[PROBLEM TO WORK ON] Write out the listing below exactly, beginning at its first line and ending with the line that contains "#5=IFCDIRECTION((0.,1.));".

[DATA SUPPLIED]
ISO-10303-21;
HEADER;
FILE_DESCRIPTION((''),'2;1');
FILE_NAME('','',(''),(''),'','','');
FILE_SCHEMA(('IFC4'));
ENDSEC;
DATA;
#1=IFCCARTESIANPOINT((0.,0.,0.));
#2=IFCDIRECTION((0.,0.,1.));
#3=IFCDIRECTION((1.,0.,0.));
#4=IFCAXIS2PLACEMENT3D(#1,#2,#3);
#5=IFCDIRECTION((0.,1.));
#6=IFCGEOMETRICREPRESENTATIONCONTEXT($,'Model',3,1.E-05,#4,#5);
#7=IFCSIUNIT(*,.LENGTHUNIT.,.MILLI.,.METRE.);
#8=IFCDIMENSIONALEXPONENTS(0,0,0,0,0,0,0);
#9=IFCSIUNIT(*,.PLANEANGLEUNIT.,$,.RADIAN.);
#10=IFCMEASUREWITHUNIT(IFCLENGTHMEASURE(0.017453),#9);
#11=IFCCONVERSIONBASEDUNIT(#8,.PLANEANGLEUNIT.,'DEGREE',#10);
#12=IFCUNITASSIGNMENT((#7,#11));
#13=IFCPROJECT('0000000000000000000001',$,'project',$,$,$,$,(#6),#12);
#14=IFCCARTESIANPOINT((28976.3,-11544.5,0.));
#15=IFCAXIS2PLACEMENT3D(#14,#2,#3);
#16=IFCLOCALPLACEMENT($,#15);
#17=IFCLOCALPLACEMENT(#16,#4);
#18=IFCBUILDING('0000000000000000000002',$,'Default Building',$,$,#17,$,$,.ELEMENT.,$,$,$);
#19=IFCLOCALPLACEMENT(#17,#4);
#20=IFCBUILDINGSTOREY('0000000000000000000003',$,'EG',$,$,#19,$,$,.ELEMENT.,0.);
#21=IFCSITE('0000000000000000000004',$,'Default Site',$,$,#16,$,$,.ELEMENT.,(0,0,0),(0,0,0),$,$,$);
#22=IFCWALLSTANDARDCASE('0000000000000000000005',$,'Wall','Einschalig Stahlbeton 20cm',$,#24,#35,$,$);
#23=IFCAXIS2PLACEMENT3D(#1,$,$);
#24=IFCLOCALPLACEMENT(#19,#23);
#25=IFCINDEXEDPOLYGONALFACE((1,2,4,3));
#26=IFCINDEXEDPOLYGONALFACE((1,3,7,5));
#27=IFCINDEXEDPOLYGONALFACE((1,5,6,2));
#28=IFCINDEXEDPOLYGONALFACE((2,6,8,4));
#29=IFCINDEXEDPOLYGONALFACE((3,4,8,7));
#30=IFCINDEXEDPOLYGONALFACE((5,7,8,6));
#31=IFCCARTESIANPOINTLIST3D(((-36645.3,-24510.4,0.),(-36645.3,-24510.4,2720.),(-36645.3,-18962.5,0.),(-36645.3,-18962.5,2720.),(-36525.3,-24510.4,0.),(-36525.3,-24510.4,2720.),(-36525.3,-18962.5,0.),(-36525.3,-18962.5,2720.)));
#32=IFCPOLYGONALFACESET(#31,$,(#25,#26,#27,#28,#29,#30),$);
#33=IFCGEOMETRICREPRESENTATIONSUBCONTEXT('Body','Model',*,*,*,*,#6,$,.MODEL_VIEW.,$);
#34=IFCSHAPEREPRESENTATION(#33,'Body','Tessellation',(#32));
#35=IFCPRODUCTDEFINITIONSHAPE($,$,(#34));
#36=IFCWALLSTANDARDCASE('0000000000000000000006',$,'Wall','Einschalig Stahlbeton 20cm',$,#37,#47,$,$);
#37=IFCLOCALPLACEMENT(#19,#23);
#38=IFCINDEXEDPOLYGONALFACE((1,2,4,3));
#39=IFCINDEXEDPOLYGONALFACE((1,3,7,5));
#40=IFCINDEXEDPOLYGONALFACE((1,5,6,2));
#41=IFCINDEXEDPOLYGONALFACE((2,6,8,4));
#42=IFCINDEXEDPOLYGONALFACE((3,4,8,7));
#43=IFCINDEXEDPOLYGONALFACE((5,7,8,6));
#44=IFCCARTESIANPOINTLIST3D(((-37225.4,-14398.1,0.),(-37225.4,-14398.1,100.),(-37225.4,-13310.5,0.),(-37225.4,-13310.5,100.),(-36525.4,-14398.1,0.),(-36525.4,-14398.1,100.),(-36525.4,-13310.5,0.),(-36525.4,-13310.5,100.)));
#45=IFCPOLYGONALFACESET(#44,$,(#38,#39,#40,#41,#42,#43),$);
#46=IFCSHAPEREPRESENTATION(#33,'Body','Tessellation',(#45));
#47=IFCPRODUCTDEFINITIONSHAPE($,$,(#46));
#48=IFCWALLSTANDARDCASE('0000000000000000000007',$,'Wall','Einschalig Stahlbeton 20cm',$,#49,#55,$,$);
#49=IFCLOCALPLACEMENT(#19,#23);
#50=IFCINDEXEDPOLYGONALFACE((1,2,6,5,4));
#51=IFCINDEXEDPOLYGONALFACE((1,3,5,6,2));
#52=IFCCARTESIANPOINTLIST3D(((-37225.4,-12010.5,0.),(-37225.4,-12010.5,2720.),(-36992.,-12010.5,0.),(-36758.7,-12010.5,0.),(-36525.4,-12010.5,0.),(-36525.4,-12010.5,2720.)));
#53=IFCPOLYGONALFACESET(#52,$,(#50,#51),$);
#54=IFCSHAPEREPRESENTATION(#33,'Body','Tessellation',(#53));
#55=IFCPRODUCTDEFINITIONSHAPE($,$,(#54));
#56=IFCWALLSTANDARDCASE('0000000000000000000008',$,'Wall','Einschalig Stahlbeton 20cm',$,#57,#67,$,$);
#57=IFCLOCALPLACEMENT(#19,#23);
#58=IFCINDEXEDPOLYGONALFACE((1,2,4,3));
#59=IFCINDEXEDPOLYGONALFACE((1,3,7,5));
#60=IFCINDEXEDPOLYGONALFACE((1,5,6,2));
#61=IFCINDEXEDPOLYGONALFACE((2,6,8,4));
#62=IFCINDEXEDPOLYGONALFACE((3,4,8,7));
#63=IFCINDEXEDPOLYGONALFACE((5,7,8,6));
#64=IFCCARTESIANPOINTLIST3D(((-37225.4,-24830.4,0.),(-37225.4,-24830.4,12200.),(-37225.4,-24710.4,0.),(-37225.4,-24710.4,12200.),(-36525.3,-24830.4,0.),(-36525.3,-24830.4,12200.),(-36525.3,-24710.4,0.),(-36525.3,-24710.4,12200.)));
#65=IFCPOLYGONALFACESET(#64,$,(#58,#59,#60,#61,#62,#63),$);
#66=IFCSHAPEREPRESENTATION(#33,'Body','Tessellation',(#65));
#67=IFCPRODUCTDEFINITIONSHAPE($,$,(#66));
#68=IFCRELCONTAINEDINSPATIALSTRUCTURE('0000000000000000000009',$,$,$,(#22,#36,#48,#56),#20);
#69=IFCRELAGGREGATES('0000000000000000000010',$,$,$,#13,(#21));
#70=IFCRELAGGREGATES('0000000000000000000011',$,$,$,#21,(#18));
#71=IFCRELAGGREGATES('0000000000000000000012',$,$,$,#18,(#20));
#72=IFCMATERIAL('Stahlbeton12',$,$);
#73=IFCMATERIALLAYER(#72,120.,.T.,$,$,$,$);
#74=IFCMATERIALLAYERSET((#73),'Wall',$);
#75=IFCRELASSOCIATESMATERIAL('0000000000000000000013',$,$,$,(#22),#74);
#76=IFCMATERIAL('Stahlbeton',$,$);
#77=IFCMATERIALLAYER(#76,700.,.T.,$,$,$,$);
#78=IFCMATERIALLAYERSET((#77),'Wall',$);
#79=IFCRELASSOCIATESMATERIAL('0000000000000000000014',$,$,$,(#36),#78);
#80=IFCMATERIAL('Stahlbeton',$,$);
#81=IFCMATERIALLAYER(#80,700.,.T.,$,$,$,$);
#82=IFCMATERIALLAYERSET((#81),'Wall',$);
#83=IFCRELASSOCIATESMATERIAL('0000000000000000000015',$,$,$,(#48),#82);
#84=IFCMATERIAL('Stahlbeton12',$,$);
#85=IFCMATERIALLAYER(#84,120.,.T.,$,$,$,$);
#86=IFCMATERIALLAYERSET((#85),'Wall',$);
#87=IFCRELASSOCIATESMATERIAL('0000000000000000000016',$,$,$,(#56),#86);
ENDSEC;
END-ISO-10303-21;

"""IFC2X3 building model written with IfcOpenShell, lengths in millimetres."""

from ifc_helpers import new_model, entity, si_unit, converted_unit, direction, frame, origin_with_axes, place, context, subcontext, project, spatial, polyline, outline, extrude, material, layer, layer_set, layer_usage, element, save


model = new_model("IFC2X3")

# Units and contexts
model_context = context("Model", 3, precision=1e-05, world=origin_with_axes(), true_north=direction((0.0, 1.0)))
body_context = subcontext(model_context, "Body", "Model", "MODEL_VIEW")
ifc_project = project(units=[si_unit("LENGTHUNIT", "METRE", prefix="MILLI"), converted_unit("PLANEANGLEUNIT", "DEGREE", entity("IfcLengthMeasure", 0.017453), si_unit("PLANEANGLEUNIT", "RADIAN"), dimensions=[0, 0, 0, 0, 0, 0, 0])], contexts=[model_context])

# Site, building, storey
site_placement = place(None, frame((28976.3, -11544.5, 0.0), z_axis=(0.0, 0.0, 1.0), x_axis=(1.0, 0.0, 0.0)))
site = spatial("IfcSite", under=ifc_project, at=site_placement, Name="Default Site", CompositionType="ELEMENT", RefLatitude=(0, 0, 0), RefLongitude=(0, 0, 0))
building_placement = place(site_placement, origin_with_axes())
building = spatial("IfcBuilding", under=site, at=building_placement, Name="Default Building", CompositionType="ELEMENT")
storey_placement = place(building_placement, origin_with_axes())
storey = spatial("IfcBuildingStorey", under=building, at=storey_placement, Name="EG", CompositionType="ELEMENT", Elevation=0.0)

# Walls
ifc_material_1 = material(Name="Stahlbeton12")
ifc_layer_1 = layer(ifc_material_1, 120.0, ventilated=True)
ifc_layer_set_1 = layer_set([ifc_layer_1], Name="Wall")
ifc_layer_usage_1 = layer_usage(ifc_layer_set_1, "AXIS2", "POSITIVE", -60.0)
wall_1_placement = place(storey_placement, frame((-36585.3, -24510.4, 0.0), z_axis=(0.0, 0.0, 1.0), x_axis=(0.0, 1.0, 0.0)))
element("IfcWallStandardCase", 1, at=wall_1_placement, inside=storey, material=ifc_layer_usage_1, Name="Wall", Description="Einschalig Stahlbeton 20cm", context=body_context, shape_type="SweptSolid", body=[
    extrude(outline(polyline([(0.0, -60.0), (0.0, 60.0), (5548.0, 60.0), (5548.0, -60.0), (0.0, -60.0)])), origin_with_axes(), (0.0, 0.0, 1.0), 2720.0),
])
ifc_material_2 = material(Name="Stahlbeton")
ifc_layer_2 = layer(ifc_material_2, 700.0, ventilated=True)
ifc_layer_set_2 = layer_set([ifc_layer_2], Name="Wall")
ifc_layer_usage_2 = layer_usage(ifc_layer_set_2, "AXIS2", "POSITIVE", -350.0)
wall_2_placement = place(storey_placement, frame((-36875.4, -13310.5, 0.0), z_axis=(0.0, 0.0, 1.0), x_axis=(0.0, -1.0, 0.0)))
element("IfcWallStandardCase", 2, at=wall_2_placement, inside=storey, material=ifc_layer_usage_2, Name="Wall", Description="Einschalig Stahlbeton 20cm", context=body_context, shape_type="SweptSolid", body=[
    extrude(outline(polyline([(0.0, -350.0), (0.0, 350.0), (1087.7, 350.0), (1087.7, -350.0), (0.0, -350.0)])), origin_with_axes(), (0.0, 0.0, 1.0), 100.0),
])
ifc_material_3 = material(Name="Stahlbeton")
ifc_layer_3 = layer(ifc_material_3, 700.0, ventilated=True)
ifc_layer_set_3 = layer_set([ifc_layer_3], Name="Wall")
ifc_layer_usage_3 = layer_usage(ifc_layer_set_3, "AXIS2", "POSITIVE", -350.0)
wall_3_placement = place(storey_placement, frame((-36875.4, -12010.5, 0.0), z_axis=(0.0, 0.0, 1.0), x_axis=(0.0, 1.0, 0.0)))
element("IfcWallStandardCase", 3, at=wall_3_placement, inside=storey, material=ifc_layer_usage_3, Name="Wall", Description="Einschalig Stahlbeton 20cm", context=body_context, shape_type="SweptSolid", body=[
    extrude(outline(polyline([(0.0, -350.0), (0.0, 350.0), (0.0, 350.0), (0.0, -350.0), (0.0, -350.0)])), origin_with_axes(), (0.0, 0.0, 1.0), 2720.0),
])
ifc_material_4 = material(Name="Stahlbeton12")
ifc_layer_4 = layer(ifc_material_4, 120.0, ventilated=True)
ifc_layer_set_4 = layer_set([ifc_layer_4], Name="Wall")
ifc_layer_usage_4 = layer_usage(ifc_layer_set_4, "AXIS2", "POSITIVE", -60.0)
wall_4_placement = place(storey_placement, frame((-37225.4, -24770.4, 0.0), z_axis=(0.0, 0.0, 1.0), x_axis=(1.0, -0.000029, 0.0)))
element("IfcWallStandardCase", 4, at=wall_4_placement, inside=storey, material=ifc_layer_usage_4, Name="Wall", Description="Einschalig Stahlbeton 20cm", context=body_context, shape_type="SweptSolid", body=[
    extrude(outline(polyline([(0.0, -60.0), (0.0, 60.0), (700.0, 60.0), (700.0, -60.0), (0.0, -60.0)])), origin_with_axes(), (0.0, 0.0, 1.0), 12200.0),
])

save(model, "model.ifc")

[RESULT OF THE TASK]
ISO-10303-21;
HEADER;
FILE_DESCRIPTION((''),'2;1');
FILE_NAME('','',(''),(''),'','','');
FILE_SCHEMA(('IFC4'));
ENDSEC;
DATA;
#1=IFCCARTESIANPOINT((0.,0.,0.));
#2=IFCDIRECTION((0.,0.,1.));
#3=IFCDIRECTION((1.,0.,0.));
#4=IFCAXIS2PLACEMENT3D(#1,#2,#3);
#5=IFCDIRECTION((0.,1.));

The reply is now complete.